[Records excerpted from a collection]

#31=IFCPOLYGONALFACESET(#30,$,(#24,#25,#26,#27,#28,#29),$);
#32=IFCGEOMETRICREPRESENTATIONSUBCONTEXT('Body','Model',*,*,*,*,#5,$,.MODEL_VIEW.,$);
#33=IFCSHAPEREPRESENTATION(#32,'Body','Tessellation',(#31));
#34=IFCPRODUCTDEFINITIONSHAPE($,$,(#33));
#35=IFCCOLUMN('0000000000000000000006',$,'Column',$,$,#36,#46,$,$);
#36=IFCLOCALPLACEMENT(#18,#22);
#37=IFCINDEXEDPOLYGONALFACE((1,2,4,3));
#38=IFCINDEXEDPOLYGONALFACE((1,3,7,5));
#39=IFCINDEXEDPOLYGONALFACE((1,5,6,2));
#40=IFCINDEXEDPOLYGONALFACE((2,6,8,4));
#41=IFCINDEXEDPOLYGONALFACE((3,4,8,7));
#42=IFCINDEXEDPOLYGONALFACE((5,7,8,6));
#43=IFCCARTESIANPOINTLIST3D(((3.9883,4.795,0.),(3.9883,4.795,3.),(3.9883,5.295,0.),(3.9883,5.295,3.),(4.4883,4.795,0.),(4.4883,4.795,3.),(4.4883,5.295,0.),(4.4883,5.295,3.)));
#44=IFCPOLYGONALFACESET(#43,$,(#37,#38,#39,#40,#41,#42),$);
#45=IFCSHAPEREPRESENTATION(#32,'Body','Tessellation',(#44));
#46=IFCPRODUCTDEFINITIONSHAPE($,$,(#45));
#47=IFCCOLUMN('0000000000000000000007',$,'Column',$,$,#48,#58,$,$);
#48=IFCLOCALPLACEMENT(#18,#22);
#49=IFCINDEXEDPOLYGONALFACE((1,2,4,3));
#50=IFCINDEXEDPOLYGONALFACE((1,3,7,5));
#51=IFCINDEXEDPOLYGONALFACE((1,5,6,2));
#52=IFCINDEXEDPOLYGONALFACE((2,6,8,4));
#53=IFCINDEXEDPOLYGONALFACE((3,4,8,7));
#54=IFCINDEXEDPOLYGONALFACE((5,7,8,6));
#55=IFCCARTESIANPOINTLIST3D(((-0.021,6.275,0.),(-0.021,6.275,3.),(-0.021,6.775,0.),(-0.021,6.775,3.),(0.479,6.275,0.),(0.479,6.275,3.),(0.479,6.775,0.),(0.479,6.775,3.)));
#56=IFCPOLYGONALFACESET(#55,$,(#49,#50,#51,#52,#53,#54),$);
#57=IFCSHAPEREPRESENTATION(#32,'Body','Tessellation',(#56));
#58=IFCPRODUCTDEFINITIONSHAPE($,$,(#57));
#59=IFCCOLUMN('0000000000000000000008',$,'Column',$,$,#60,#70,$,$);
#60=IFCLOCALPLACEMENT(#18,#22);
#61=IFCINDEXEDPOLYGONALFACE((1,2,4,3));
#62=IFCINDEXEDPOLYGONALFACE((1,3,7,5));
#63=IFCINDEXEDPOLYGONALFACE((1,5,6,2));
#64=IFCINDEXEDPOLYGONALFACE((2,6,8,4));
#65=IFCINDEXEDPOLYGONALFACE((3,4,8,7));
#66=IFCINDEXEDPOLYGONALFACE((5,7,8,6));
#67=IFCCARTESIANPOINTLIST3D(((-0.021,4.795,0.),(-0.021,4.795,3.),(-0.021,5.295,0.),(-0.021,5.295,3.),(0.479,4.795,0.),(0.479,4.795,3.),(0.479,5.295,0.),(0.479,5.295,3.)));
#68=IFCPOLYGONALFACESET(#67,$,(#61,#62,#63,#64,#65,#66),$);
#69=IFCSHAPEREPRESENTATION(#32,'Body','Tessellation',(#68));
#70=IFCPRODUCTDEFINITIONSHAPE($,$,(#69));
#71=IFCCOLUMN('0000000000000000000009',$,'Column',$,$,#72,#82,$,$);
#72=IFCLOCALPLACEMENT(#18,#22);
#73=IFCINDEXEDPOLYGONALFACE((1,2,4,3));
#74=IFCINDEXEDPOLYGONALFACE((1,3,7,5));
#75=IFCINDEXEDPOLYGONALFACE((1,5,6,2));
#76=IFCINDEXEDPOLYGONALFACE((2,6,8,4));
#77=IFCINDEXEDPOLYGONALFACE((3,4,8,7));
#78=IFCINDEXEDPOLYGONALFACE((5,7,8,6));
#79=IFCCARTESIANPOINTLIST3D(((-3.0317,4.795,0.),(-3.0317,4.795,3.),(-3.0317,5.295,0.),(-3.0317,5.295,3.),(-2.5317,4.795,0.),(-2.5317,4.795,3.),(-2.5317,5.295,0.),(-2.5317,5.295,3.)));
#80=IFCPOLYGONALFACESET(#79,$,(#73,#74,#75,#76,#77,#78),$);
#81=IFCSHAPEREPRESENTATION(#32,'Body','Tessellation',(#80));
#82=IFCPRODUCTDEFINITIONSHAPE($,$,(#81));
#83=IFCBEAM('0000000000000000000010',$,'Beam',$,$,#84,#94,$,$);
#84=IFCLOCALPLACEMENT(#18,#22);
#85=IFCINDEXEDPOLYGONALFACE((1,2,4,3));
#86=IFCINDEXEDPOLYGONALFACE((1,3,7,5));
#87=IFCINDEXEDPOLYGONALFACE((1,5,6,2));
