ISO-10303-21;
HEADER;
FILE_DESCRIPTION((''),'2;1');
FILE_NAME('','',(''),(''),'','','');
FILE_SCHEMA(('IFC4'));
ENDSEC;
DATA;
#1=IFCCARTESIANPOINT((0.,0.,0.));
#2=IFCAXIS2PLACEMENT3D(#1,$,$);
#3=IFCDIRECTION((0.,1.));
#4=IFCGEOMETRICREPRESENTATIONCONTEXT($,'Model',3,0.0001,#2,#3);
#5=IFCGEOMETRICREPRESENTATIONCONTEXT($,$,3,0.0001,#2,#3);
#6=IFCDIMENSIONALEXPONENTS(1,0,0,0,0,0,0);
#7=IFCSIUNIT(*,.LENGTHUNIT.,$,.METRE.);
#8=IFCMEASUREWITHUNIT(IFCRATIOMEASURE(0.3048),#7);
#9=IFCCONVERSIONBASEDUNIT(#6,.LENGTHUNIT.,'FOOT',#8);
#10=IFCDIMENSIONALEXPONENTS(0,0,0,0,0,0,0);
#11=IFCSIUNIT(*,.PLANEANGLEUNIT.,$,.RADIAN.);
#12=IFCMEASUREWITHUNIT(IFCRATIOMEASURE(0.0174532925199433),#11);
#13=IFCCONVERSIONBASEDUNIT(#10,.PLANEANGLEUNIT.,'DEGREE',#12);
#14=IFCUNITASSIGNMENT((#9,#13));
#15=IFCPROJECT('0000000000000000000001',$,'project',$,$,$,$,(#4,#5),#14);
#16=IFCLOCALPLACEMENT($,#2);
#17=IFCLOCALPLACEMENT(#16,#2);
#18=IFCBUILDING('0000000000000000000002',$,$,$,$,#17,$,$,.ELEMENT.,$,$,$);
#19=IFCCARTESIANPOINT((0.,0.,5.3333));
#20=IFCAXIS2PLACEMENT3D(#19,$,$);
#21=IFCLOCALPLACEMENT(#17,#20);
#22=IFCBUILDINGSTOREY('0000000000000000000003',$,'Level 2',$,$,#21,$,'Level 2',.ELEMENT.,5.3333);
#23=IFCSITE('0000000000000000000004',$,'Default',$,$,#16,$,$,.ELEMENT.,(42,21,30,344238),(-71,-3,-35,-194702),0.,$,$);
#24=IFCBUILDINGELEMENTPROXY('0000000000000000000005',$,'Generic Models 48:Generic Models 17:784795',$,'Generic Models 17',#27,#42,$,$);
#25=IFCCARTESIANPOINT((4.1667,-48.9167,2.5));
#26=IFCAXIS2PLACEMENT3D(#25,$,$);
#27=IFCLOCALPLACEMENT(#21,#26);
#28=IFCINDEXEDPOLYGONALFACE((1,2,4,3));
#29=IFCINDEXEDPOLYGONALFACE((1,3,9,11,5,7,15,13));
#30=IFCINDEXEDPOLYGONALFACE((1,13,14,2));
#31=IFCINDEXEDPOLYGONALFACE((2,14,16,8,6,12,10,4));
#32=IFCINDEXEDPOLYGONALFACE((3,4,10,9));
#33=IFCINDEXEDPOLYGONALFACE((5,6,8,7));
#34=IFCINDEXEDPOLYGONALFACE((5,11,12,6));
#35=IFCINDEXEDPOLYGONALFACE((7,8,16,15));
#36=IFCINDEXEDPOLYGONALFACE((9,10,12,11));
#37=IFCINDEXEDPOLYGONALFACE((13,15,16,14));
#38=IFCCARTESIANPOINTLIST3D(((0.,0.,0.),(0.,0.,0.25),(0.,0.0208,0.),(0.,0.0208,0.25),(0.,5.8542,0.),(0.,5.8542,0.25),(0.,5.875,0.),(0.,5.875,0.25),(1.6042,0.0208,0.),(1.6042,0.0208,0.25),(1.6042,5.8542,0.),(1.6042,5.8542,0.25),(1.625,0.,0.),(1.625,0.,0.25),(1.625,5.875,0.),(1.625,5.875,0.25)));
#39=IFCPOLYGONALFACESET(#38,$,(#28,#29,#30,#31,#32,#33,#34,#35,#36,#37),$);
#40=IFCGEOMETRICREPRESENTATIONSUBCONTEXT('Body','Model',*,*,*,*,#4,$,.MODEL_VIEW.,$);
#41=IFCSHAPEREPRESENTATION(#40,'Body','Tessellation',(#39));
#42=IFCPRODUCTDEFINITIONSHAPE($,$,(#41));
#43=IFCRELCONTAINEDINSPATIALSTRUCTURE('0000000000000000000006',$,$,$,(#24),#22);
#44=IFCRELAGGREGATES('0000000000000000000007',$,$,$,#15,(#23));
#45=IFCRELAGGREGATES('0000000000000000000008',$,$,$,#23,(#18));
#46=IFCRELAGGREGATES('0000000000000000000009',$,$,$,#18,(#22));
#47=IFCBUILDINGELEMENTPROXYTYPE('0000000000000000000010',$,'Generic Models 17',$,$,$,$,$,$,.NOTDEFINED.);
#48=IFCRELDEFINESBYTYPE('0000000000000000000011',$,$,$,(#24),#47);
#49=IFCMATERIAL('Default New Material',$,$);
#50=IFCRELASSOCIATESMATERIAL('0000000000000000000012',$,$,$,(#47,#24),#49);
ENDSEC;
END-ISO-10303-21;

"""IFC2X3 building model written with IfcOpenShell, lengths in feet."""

from ifc_helpers import new_model, entity, si_unit, converted_unit, direction, frame, origin, place, context, subcontext, project, spatial, polyline, outline, extrude, source, transform, mapped, material, type_object, type_shapes, element, save


model = new_model("IFC2X3")

# Units and contexts
model_context = context("Model", 3, precision=0.0001, world=origin(), true_north=direction((0.0, 1.0)))
context_of_model = context(None, 3, precision=0.0001, world=origin(), true_north=direction((0.0, 1.0)))
body_context = subcontext(model_context, "Body", "Model", "MODEL_VIEW")
ifc_project = project(units=[converted_unit("LENGTHUNIT", "FOOT", entity("IfcRatioMeasure", 0.3048), si_unit("LENGTHUNIT", "METRE"), dimensions=[1, 0, 0, 0, 0, 0, 0]), converted_unit("PLANEANGLEUNIT", "DEGREE", entity("IfcRatioMeasure", 0.0174532925199433), si_unit("PLANEANGLEUNIT", "RADIAN"), dimensions=[0, 0, 0, 0, 0, 0, 0])], contexts=[model_context, context_of_model])

# Site, building, storey
site_placement = place(None, origin())
site = spatial("IfcSite", under=ifc_project, at=site_placement, Name="Default", CompositionType="ELEMENT", RefLatitude=(42, 21, 30, 344238), RefLongitude=(-71, -3, -35, -194702), RefElevation=0.0)
building_placement = place(site_placement, origin())
building = spatial("IfcBuilding", under=site, at=building_placement, CompositionType="ELEMENT")
storey_placement = place(building_placement, frame((0.0, 0.0, 5.3333)))
storey = spatial("IfcBuildingStorey", under=building, at=storey_placement, Name="Level 2", LongName="Level 2", CompositionType="ELEMENT", Elevation=5.3333)

# Shared definitions
ifc_material = material(Name="Default New Material")

# Building element proxy
building_element_proxy_type_1 = type_object("IfcBuildingElementProxyType", Name="Generic Models 17", PredefinedType="NOTDEFINED", material=ifc_material)
shared_shape_1 = source(origin(), body_context, "Body", "SweptSolid", [
    extrude(outline(polyline([(-2.9375, -0.8177), (2.9375, -0.8177), (2.9375, 0.8073), (2.9167, 0.8073), (2.9167, -0.7969), (-2.9167, -0.7969), (-2.9167, 0.8073), (-2.9375, 0.8073), (-2.9375, -0.8177)])), frame((0.8073, 2.9375, 0.0), z_axis=(0.0, 0.0, 1.0), x_axis=(0.0, 1.0, 0.0)), (0.0, 0.0, 1.0), 0.25),
])
type_shapes(building_element_proxy_type_1, [shared_shape_1])
proxy_1_placement = place(storey_placement, frame((4.1667, -48.9167, 2.5)))
element("IfcBuildingElementProxy", 1, at=proxy_1_placement, inside=storey, type_object=building_element_proxy_type_1, material=ifc_material, Name="Generic Models 48:Generic Models 17:784795", ObjectType="Generic Models 17", context=body_context, shape_type="MappedRepresentation", body=[
    mapped(shared_shape_1, transform((0.0, 0.0, 0.0), scale=1.0)),
])

save(model, "model.ifc")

#### [WORK TO COMPLETE]
Tell how many lines in the data contain the word "IFCLOCALPLACEMENT", answering with that number and no other text.

#### [FINAL ANSWER]
9